Despite these limitations, the take-home tensile testing labs were well received by students and show promise for adoption in mechanics courses at the high school, community college, and undergraduate level. The portability of these testing systems enables a student to take them home and work to complete them in his or her own time, thereby reducing the need for them to rush through lab activities during set class hours. Similarly, this testing system is particularly promising for low-resource settings, when access to traditional laboratory space and equipment is limited.
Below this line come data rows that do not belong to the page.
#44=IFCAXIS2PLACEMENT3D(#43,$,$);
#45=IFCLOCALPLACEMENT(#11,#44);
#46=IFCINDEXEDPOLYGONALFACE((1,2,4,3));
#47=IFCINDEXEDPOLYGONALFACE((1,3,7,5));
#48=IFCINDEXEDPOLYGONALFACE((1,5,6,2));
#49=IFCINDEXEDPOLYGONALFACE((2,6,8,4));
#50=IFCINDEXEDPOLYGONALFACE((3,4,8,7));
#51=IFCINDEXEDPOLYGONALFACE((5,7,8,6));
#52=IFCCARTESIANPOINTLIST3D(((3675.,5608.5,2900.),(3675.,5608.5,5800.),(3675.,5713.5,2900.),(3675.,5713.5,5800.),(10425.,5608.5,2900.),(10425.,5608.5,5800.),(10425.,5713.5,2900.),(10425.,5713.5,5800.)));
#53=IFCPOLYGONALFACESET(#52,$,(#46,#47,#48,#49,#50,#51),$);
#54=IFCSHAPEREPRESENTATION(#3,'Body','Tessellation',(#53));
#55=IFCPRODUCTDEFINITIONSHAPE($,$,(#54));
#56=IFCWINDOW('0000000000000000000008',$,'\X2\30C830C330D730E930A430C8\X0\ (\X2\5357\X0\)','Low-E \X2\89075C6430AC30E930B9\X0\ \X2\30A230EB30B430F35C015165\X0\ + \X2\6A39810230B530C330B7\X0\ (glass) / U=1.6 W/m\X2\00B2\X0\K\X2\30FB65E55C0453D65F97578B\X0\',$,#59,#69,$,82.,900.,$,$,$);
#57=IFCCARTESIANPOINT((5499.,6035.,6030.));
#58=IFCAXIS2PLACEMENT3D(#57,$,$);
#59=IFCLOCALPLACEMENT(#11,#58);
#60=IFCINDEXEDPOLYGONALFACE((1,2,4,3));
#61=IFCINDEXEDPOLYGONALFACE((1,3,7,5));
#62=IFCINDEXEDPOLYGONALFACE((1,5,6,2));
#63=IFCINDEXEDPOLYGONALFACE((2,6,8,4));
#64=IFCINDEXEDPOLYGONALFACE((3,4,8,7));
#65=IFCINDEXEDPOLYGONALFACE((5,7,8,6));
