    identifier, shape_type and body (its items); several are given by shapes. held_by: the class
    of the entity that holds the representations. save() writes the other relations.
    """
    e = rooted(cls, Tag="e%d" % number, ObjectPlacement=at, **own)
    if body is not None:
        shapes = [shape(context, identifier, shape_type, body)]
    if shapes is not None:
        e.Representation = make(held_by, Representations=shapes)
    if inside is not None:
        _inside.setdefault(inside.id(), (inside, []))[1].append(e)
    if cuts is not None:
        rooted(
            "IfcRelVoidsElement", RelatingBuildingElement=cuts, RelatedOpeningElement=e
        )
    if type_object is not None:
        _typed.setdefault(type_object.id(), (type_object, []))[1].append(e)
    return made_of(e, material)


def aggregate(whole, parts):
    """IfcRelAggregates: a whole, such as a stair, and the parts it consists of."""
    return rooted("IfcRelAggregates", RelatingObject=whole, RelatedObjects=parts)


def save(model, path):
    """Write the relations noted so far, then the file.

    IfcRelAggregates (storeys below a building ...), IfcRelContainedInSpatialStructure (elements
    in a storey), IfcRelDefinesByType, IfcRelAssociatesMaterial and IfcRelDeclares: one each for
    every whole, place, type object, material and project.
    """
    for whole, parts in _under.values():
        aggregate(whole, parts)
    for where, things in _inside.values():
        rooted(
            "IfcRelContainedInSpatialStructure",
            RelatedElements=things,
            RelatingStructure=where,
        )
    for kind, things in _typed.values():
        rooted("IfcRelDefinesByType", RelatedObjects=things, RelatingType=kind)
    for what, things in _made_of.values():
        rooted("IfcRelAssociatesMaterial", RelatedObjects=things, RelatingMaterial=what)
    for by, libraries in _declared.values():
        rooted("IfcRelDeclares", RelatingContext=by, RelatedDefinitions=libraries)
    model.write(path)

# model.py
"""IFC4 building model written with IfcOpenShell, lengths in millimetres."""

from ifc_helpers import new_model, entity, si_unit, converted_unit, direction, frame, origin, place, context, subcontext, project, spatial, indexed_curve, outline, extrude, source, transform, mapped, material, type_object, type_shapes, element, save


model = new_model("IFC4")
Finally, the proposed testing platform provides excellent opportunities for students to see the difference between the idealized and empirical behavior of biologically relevant materials. By obtaining hands-on experience constructing this system, performing the experiments, and analyzing the data, students learn that our understanding of material behavior is influenced by the technology and procedures used to conduct the experiments and the models selected to represent the material behavior. Furthermore, this platform gives instructors the flexibility to customize the take-home lab activities and course discussions to meet the level of complexity appropriate for the students and to teach material characterization concepts beyond the simple viscoelastic applications presented in this article. For example, latex rubber bands can be used with appropriate models to represent nonlinear and hyperelastic load–deformation behavior, and polyethylene sheets can be used to represent materials undergoing the transition between elastic and plastic deformation. Although neither of these materials are direct analogs to biologic tissues, each can be used to illustrate one or more types of material behavior exhibited by physiologic systems. Conducting the experiments exposes students to the types of tests used to characterize material behavior, and the results provide context interpreting the published load–deformation relationships and material constants for actual tissues (e.g., tendons, ligaments, and muscle).

V. CONCLUSION

This article presents a low-cost and portable desktop tensile testing system for characterization of linear elastic, nonlinear elastic, and viscoelastic materials. Using these tensile testing systems, students complete a series of take-home labs that do not require them to complete the activities in a traditional, structured laboratory environment. The initial evaluation of these take-home labs suggest that they are effective at reinforcing the underlying theoretic course concepts of elasticity and viscoelasticity applied to biomedical polymers. The existing labs target undergraduate biomechanics courses, but the technology is applicable to a range of topics, including statics, mechanics, material engineering, and mechanobiology.